Some Travelling Notes

Travel Log. January 4th.

Arriving in Travemünde Skandenavienkai (Scandinavian Quay) by train, I am one of only four people who disembarks. The exit is onto a road, unlit, unsignposted. Luckily two of the four disembarquees are some locals who send me through the tunnel beneath the railway to wait for a bus outside the harbour. This asking carries on: where to get off the bus, where to go, where to wait. This is not a pathway much trodden, not a well signposted mass tourism system. The information screen showing departures has no indication that our vessel even exists and I am left wondering whether I have missed the shuttle bus. But that cannot be, I am far too early. A cashier at the last bottle shop reassures me that the screen in confusing so I bide my time and, an hour or so later, the promised shuttle arrives and six people embark without cars, trucks or buses.

Obviously travelling by ferry in the middle of winter is not everyone’s cup of tea.

This journey is being made, in part, as a prelude to longer transiencies that will take place in February as part of the Changing Weathers project. Looking at some of the realities and assumptions of travel and transport, what is done, how it is done. This journey, from Brussels to Helsinki, could have been done with various combinations of flights for a touch less cost and a lot less time. It would have been around a day of travel, two or three flights, several security checks and a tired body hitting a bed somewhere at the end. Instead the day has been a sequence of 5 train rides, a bus and a shuttle to get on this ferry. I will sleep two nights on board before arriving in Helsinki. This is a longer journey, but not necessarily a worse one.

The obvious other travel method would have been quicker. But it would probably not have involved some of the sights. I will hopefully sleep better. A carbon and other pollutions calculation follow below. The price is slightly higher, 110 Euro for a flight, 290 for the train-ferry combination. We have to calculate a few bits.
Ferry CO2 cost: “a figure of 22.54 grams of CO2 per passenger kilometre for ferry foot passengers.” from Seat 61. Travemünde to Helsinki is 610 nm which is 1129 km, so 25447 grammes, i.e. 25.4 kg. Then 700km of train travel (estimated from Google maps) I get 10 kg from here, for a sum of around 35kg.
The flight from Brussels to Riga and then Helsinki has 500 kg CO2 as calculated herehere we get  423 kg and here,  220 kg. So the comparison is 35 kg CO2 slowly on the surface versus somewhere between 220 and 500 kg for flying, so between one 6th and one 15th. The surface “wins” quite clearly.


The exhaust from this smokestack is not only dark and dirty, but also yellow: it seems there might be some sulphur in there.
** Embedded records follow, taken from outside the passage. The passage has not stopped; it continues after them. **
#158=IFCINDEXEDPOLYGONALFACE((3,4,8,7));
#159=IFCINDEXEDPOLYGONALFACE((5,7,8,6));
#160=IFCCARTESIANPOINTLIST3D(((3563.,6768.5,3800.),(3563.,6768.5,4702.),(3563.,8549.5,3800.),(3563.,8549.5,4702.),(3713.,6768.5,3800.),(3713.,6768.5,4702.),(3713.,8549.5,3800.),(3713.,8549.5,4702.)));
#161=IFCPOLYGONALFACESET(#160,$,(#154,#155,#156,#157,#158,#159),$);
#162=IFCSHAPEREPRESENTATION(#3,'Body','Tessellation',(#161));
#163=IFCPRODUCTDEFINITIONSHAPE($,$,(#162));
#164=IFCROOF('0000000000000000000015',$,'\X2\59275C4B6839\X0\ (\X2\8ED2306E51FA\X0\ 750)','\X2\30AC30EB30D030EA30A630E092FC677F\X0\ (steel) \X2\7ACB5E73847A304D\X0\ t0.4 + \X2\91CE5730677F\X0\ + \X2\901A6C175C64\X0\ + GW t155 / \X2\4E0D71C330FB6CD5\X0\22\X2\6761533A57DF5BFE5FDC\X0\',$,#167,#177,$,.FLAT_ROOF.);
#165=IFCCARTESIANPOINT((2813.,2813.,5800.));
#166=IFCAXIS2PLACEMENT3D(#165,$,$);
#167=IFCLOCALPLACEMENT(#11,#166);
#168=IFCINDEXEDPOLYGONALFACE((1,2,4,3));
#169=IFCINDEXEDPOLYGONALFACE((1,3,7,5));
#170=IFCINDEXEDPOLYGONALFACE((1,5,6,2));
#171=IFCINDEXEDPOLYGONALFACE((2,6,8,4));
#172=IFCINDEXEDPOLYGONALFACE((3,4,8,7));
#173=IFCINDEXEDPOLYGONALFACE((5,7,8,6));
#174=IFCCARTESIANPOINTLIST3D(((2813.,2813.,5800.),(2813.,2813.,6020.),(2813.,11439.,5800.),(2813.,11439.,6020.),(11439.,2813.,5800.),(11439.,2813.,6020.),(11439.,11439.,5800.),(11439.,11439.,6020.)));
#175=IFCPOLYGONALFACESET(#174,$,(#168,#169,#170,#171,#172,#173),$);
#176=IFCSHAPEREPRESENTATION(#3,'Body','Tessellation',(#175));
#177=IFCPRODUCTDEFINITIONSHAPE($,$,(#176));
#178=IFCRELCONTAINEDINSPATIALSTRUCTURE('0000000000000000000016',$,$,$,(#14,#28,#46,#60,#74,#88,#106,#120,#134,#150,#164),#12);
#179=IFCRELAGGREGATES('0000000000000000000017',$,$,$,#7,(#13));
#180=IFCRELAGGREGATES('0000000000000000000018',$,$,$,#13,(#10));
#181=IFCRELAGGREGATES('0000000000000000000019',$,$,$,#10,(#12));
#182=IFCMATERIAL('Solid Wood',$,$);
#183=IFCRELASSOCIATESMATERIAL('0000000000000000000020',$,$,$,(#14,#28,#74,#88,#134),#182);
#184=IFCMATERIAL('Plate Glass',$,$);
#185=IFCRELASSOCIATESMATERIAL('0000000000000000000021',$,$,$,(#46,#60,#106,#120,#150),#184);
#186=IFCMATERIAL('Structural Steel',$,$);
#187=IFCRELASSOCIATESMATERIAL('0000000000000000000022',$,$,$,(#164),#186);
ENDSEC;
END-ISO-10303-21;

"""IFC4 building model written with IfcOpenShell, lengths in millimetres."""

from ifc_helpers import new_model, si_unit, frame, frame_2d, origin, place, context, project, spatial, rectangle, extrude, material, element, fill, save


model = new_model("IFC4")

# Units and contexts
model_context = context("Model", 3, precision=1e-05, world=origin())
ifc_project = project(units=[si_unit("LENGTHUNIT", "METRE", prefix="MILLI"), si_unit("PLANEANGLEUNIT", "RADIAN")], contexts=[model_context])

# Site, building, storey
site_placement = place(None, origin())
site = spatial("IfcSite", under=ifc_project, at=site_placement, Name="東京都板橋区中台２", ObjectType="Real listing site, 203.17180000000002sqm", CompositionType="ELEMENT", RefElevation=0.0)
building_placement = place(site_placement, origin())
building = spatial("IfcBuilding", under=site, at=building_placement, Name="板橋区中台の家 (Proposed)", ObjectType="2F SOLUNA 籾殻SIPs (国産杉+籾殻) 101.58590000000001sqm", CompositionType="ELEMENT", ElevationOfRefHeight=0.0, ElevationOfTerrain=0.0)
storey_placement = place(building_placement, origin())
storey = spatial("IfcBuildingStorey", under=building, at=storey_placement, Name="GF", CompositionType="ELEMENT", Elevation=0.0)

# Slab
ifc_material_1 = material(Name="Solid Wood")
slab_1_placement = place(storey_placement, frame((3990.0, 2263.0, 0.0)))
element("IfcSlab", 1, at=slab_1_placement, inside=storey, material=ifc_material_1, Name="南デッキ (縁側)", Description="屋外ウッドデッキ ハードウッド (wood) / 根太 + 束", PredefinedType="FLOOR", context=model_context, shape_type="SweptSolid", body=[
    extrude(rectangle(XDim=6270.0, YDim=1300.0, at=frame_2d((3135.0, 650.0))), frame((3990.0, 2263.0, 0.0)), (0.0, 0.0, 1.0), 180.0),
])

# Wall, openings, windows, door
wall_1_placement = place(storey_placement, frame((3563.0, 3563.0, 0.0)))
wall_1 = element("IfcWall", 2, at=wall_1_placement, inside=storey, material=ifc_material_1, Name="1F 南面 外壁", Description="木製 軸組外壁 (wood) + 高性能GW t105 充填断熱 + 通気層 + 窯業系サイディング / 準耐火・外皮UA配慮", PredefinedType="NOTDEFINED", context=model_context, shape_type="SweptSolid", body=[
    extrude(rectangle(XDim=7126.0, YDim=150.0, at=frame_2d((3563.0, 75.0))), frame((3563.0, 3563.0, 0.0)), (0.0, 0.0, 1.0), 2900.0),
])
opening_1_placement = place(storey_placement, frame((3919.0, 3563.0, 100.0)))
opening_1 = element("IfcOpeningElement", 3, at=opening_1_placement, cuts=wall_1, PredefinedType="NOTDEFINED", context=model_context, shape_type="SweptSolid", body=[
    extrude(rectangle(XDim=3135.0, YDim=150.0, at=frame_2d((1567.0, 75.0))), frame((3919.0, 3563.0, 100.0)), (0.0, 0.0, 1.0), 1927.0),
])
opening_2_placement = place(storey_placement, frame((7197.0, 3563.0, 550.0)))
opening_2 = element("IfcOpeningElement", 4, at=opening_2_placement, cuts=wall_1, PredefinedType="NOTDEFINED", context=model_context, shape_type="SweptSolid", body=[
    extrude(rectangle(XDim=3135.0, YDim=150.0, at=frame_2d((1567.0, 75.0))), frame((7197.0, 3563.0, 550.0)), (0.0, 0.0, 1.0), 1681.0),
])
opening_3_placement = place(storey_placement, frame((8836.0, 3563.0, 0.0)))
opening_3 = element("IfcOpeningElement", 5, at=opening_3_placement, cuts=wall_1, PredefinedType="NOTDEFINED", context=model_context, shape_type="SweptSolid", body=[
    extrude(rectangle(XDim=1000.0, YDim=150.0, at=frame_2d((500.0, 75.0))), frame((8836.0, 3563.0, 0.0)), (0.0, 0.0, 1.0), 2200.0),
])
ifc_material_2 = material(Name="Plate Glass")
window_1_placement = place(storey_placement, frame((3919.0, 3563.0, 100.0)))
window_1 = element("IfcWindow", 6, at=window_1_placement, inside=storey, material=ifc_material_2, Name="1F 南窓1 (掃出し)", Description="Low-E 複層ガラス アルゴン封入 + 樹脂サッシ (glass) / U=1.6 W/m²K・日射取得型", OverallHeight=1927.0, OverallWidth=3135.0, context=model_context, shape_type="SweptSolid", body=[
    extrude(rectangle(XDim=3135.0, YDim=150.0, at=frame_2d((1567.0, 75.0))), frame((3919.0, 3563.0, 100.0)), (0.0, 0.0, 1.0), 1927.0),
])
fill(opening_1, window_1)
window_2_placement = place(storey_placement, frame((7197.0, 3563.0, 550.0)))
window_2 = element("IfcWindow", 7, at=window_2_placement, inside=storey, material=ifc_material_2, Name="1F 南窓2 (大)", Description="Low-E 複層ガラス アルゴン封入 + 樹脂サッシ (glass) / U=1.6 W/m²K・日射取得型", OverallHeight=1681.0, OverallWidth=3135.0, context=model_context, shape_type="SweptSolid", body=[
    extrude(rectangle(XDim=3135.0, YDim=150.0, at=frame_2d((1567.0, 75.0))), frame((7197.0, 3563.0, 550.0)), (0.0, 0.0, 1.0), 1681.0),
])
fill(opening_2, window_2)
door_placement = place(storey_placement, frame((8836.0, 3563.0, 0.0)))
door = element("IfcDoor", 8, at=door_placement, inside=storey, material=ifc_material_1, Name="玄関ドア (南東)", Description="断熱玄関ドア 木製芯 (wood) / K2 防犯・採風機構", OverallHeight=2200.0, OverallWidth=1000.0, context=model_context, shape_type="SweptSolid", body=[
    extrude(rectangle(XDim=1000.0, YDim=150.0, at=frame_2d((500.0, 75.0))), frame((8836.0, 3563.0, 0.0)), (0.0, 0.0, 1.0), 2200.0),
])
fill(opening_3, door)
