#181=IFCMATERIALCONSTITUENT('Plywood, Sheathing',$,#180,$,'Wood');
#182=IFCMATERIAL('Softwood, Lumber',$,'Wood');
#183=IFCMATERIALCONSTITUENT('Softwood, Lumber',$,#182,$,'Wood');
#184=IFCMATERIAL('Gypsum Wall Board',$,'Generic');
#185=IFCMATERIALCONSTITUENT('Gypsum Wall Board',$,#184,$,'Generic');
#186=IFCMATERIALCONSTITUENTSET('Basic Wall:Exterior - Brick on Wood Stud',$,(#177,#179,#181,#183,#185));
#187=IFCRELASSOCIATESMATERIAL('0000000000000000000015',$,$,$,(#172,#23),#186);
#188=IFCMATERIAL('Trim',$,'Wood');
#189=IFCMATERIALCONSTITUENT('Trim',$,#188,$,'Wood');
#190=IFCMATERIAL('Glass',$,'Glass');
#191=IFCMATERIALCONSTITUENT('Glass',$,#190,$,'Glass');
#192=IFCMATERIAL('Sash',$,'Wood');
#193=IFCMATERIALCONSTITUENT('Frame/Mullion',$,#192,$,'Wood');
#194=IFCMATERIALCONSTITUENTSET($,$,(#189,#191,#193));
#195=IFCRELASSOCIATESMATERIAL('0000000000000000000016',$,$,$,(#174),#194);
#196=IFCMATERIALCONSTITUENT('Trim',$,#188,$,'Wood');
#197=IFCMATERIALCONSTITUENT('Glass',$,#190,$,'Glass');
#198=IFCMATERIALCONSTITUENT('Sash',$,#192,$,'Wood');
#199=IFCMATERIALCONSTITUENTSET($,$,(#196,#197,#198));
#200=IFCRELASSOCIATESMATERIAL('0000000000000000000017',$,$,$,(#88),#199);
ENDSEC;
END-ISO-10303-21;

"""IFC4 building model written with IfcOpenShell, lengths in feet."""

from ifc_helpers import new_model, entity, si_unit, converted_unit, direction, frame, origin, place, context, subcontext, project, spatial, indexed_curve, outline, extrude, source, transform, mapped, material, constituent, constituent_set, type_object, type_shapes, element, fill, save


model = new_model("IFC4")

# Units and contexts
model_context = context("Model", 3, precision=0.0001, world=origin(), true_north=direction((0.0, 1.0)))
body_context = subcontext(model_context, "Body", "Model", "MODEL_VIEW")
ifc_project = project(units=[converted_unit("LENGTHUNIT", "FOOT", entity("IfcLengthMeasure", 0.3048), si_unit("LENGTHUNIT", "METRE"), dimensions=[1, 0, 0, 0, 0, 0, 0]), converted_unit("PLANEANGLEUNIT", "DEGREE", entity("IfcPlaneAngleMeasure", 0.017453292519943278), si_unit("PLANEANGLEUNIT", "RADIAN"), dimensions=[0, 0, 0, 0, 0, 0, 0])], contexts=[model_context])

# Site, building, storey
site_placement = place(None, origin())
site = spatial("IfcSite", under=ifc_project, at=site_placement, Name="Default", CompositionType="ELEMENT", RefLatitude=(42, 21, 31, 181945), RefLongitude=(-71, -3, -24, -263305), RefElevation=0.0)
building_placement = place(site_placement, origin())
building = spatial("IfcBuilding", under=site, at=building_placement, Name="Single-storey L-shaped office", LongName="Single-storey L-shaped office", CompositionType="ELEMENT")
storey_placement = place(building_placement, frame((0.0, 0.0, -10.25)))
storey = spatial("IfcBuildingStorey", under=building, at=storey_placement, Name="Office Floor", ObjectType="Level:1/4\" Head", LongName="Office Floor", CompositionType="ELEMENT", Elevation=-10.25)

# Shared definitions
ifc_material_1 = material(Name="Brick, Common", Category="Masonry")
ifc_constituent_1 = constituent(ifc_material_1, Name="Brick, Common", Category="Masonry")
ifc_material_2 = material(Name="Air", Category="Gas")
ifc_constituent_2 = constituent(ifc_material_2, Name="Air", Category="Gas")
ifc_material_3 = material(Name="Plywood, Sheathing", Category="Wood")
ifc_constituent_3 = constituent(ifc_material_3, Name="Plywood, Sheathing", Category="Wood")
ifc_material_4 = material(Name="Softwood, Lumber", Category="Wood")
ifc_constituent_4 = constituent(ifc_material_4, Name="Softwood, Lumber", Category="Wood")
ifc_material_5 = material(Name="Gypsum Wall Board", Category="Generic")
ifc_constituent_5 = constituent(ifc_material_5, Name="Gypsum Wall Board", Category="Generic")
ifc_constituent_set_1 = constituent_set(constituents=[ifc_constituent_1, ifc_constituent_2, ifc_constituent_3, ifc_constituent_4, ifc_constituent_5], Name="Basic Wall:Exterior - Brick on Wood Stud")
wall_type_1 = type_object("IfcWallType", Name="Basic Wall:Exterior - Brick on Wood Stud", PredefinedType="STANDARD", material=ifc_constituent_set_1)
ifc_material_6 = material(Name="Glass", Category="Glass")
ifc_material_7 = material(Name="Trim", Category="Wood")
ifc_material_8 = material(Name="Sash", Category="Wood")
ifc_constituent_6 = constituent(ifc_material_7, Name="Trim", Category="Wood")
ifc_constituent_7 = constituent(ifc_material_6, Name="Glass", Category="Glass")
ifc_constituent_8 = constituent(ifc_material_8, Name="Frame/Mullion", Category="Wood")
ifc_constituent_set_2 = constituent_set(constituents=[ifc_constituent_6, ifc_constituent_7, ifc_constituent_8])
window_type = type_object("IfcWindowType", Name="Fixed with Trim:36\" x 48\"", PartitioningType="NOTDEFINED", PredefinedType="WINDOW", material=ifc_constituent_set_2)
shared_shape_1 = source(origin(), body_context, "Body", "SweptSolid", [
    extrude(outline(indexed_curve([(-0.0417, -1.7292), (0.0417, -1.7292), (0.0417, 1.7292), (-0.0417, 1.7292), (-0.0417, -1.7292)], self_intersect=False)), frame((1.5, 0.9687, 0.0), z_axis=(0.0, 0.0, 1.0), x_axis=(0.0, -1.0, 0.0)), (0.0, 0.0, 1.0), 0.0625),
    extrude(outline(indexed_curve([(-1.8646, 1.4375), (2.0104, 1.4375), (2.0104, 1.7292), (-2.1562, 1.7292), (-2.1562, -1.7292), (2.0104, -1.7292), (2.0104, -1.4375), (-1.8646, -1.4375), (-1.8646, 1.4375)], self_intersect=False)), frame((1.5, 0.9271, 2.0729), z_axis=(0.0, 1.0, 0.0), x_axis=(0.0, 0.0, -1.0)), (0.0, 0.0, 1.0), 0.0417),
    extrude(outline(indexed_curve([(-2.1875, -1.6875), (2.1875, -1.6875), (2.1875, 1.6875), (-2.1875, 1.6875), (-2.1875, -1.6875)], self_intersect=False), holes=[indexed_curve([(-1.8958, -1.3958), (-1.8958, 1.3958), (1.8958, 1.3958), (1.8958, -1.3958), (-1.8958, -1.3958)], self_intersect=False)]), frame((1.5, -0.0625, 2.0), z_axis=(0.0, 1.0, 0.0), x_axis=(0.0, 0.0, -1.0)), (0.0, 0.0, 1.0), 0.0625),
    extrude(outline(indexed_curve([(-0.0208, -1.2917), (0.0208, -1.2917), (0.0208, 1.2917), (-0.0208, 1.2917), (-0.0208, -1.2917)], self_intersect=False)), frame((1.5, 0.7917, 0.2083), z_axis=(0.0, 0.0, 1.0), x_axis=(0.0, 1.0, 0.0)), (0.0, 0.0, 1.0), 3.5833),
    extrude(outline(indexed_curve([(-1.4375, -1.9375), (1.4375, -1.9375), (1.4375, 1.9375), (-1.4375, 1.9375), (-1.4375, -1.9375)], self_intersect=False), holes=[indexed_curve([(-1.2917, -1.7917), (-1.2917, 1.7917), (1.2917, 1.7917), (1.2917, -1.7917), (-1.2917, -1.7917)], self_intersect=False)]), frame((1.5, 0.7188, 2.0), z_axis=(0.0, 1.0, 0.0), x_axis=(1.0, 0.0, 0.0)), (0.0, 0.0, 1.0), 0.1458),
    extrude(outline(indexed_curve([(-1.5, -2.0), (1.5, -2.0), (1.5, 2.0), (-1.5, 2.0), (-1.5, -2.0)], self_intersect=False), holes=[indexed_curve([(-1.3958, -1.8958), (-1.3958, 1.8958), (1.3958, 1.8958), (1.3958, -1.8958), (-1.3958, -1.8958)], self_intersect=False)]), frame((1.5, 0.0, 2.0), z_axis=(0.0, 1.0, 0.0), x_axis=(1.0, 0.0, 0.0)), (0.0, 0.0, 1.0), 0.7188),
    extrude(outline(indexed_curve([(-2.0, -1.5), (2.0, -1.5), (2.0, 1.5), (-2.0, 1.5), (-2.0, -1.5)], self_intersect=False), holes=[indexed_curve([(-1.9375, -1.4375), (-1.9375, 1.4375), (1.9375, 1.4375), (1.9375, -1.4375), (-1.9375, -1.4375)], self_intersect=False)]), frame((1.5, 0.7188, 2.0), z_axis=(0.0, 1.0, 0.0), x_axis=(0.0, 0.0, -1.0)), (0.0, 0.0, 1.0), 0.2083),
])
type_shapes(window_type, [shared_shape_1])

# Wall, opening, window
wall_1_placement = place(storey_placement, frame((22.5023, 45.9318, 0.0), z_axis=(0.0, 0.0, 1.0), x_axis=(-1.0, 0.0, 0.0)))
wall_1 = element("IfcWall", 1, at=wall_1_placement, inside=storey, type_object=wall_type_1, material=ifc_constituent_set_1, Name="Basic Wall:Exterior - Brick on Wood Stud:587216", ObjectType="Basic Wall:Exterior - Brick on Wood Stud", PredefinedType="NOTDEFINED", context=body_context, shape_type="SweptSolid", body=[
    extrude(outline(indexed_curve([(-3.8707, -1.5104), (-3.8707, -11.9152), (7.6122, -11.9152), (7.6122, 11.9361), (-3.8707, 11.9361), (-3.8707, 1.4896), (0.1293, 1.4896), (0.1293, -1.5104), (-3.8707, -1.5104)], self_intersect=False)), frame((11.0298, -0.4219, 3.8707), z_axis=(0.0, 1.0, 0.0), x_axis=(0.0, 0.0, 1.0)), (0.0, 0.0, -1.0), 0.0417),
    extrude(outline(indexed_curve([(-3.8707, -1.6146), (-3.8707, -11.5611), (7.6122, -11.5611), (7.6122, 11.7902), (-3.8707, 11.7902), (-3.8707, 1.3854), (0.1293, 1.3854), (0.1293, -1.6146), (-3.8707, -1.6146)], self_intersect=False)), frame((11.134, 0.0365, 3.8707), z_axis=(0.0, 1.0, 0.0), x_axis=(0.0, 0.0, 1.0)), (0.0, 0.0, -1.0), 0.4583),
Other emissions, such as sulphur and nitrogen compounds, are more complex. In general, people are interested in the SO2 emissions, which cause acid rain and other problems from sulphur in fuels, and the NOx emissions, the collection of various nitrogen oxides, which are poisons that are created by the motor from atmospheric nitrogen. These also cause eutrophication is coastal areas and other effects. For the plane and train, we are basing these calculations upon the tables in page 24 of this report. For the ferry our calulations are based upon the calculator and facts from Finnlines, that the sulphur content of fuel in a Sulphur Emission Control Area (SECA), of which the Baltic is one, is 0.1%.

Plane 2200-6300g 67-187 g
Train 240g 54g
Ferry 23g 834g

This makes a comparison interesting again. The surface route wins again with 263g of SO2 versus the flight. But NOx emissions from the ferry remain a problem, dwarfing the emissions of a train or the plane. This is apparently all due to the motor technologies used and could be counteracted, but perhaps not eradicated, by shipowners investments.

The emissions and other side effects of travel and transport form a basis for the work we are doing in Changing Weathers. We have heard of air pollution levels on the North Sea coast that are worse than the industrial centers of Germany, we have seen evidence of the effects of pollutants in cargo ship exhaust. We will carry on to share our learning and experiences.